I'd better let some relatives know (whom are years backed up).


----------



## mfd (Apr 3, 2009)

I now do my fiances. I'm still undecided whether I will be doing mine.


----------



## lb71 (Apr 3, 2009)

FrugalTrader said:


> I typically collect the documents, run the numbers myself before submitting to an accountant. I personally like having a CA's name on my paperwork when I file.


I am assuming that is due to business income and you are just trying to prevent an audit or review? Has it worked, or does CRA still ask you questions?


----------



## lb71 (Apr 3, 2009)

Kathryn said:


> * It's April 30th. The last day for filing your income tax. Remember even if they owe you Income Tax Act 162 (7) states that CRA can charge you $25.00/day to a maximum of 100 days for every day that you are late in filing your return.


I didn't know about that either. I always thought as long as CRA owed you money you could file late. I have filled late for some of my family in the past because I thought it was OK and they never got penalized for it.


----------



## Blue Caper (Apr 13, 2009)

For those of you who pay for a CA to prepare and file for you, how much do you typically pay and what kind of services are they providing? 
Just personal, personal and business, unique situation, complex personal filings?

So far I have done my own taxes. I would recommend Studiotax (it's free!) to anyone filing fairly simple tax returns. This was my 3rd year using it. 
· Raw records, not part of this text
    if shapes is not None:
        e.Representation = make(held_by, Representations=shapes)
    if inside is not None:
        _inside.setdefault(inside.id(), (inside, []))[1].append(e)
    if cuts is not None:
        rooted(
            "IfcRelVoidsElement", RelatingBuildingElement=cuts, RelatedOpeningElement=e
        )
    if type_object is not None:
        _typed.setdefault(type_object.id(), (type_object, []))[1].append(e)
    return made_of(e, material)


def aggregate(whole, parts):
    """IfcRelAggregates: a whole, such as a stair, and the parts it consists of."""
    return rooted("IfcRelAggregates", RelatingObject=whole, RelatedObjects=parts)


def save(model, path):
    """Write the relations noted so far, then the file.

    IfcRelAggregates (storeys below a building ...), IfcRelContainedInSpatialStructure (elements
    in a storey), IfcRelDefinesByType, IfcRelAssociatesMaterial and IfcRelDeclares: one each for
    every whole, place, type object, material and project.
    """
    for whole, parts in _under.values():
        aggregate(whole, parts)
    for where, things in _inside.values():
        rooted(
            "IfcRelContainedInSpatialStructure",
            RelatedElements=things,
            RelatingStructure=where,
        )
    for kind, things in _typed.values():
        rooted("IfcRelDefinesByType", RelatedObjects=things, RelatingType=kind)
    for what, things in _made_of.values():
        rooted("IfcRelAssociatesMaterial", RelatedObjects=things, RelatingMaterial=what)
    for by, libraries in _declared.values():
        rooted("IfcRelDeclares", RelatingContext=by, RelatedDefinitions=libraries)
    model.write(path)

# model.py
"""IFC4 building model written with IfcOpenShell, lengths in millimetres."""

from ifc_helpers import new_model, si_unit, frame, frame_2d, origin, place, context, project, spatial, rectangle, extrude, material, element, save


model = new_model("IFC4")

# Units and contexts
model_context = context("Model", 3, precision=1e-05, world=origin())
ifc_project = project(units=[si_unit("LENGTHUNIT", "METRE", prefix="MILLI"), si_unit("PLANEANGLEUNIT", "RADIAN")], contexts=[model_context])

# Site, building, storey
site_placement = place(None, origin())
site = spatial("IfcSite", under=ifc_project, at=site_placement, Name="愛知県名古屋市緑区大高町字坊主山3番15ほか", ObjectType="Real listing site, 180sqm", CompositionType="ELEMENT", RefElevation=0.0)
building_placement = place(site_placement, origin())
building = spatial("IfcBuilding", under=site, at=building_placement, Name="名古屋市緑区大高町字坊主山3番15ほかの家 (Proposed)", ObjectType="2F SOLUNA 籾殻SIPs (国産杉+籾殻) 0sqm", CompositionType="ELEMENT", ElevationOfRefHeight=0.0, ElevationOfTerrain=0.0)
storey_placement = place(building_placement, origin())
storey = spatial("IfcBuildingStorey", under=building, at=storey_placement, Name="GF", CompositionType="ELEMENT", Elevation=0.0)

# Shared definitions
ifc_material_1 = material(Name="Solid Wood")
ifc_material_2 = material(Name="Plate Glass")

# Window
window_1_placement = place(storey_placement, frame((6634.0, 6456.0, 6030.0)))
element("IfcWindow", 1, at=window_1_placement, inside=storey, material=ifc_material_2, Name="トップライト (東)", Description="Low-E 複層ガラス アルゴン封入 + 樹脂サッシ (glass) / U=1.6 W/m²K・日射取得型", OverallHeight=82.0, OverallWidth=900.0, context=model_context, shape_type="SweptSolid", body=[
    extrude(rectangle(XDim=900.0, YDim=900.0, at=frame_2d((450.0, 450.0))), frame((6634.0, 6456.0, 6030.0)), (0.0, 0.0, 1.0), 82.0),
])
Next year I may hire someone as I have rental income.


----------



## Kathryn (Apr 10, 2009)

lb71 said:


> I didn't know about that either. I always thought as long as CRA owed you money you could file late. I have filled late for some of my family in the past because I thought it was OK and they never got penalized for it.


I don't think CRA does this much. We got a notice from head office where I work saying they 'can' do it. I've never heard of it happening to anyone though.


----------



## Bullseye (Apr 5, 2009)

I do my own, many of my family members, some friends, and some of my small business clients. And I actually really don't like doing it! 
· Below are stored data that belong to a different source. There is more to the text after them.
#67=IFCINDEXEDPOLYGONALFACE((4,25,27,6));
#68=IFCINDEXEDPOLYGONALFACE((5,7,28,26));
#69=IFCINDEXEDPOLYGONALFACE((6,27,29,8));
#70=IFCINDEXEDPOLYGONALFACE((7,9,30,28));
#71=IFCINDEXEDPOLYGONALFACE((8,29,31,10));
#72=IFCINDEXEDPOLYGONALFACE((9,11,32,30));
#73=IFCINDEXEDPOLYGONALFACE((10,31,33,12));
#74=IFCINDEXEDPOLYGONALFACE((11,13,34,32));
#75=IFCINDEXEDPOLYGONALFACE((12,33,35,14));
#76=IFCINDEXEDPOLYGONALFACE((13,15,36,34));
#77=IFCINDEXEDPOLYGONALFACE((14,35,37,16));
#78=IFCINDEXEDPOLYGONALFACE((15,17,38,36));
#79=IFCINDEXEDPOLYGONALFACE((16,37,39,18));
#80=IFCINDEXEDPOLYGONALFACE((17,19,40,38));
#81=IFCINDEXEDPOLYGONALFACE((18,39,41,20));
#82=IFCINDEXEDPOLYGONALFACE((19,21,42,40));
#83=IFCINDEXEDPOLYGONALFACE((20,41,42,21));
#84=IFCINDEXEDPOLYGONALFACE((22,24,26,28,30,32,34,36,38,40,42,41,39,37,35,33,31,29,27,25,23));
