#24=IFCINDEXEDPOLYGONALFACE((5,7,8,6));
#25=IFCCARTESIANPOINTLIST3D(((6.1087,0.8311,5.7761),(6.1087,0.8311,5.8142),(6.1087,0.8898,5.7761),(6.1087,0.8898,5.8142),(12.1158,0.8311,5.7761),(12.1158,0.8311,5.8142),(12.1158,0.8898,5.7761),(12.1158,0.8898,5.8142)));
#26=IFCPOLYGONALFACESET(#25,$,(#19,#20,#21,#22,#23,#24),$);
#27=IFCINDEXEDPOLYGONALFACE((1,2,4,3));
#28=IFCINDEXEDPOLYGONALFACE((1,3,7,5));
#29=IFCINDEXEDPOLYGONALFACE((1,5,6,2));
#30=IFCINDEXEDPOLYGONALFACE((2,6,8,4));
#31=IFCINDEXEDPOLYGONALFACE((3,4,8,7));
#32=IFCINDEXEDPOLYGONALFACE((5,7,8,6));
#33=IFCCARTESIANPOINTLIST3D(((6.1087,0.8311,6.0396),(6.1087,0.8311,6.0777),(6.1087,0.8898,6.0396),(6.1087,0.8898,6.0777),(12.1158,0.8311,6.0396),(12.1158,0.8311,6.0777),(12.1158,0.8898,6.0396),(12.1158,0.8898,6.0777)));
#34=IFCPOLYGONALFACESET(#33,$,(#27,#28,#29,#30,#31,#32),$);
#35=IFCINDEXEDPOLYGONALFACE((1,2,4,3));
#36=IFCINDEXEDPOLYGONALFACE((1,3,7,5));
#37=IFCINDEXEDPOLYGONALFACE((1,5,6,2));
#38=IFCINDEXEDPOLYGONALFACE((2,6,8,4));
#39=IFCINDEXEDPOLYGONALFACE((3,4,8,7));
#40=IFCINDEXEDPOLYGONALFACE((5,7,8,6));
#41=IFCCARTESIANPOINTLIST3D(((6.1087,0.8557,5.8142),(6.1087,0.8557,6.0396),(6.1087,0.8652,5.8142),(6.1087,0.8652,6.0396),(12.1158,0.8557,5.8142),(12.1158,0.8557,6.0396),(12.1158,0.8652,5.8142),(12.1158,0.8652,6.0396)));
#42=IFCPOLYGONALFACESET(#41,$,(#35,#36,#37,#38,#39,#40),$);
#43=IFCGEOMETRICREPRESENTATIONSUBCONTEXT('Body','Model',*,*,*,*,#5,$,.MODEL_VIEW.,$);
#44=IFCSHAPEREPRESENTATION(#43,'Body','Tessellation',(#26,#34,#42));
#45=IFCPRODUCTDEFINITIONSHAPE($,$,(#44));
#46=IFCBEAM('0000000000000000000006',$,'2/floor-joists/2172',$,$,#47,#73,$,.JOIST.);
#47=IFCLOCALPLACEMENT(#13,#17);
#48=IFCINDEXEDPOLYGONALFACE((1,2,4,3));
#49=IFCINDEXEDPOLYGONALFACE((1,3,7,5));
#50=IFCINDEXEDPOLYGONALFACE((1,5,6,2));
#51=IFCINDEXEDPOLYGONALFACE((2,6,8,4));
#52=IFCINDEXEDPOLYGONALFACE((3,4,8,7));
I enjoy accounting, but taxes are a real pain, you have to constantly be aware of tax law changes, it can take a lot of time to stay current. My tax situation is going to start getting very complex in coming years, and I'm quite tempted to just pay a tax accountant to handle it.


----------



## Mockingbird (Apr 29, 2009)

For those last minute filers (or for next year), here's a link to a FREE tax software. Just fill in the info, print them out, and mail. Only downside is that you cannot do a Netfile with this program.

http://pacificcoast.net/~gthompson/


----------



## Rickson9 (Apr 9, 2009)

Kathryn said:


> Do you do your own taxes or pay someone else to do them?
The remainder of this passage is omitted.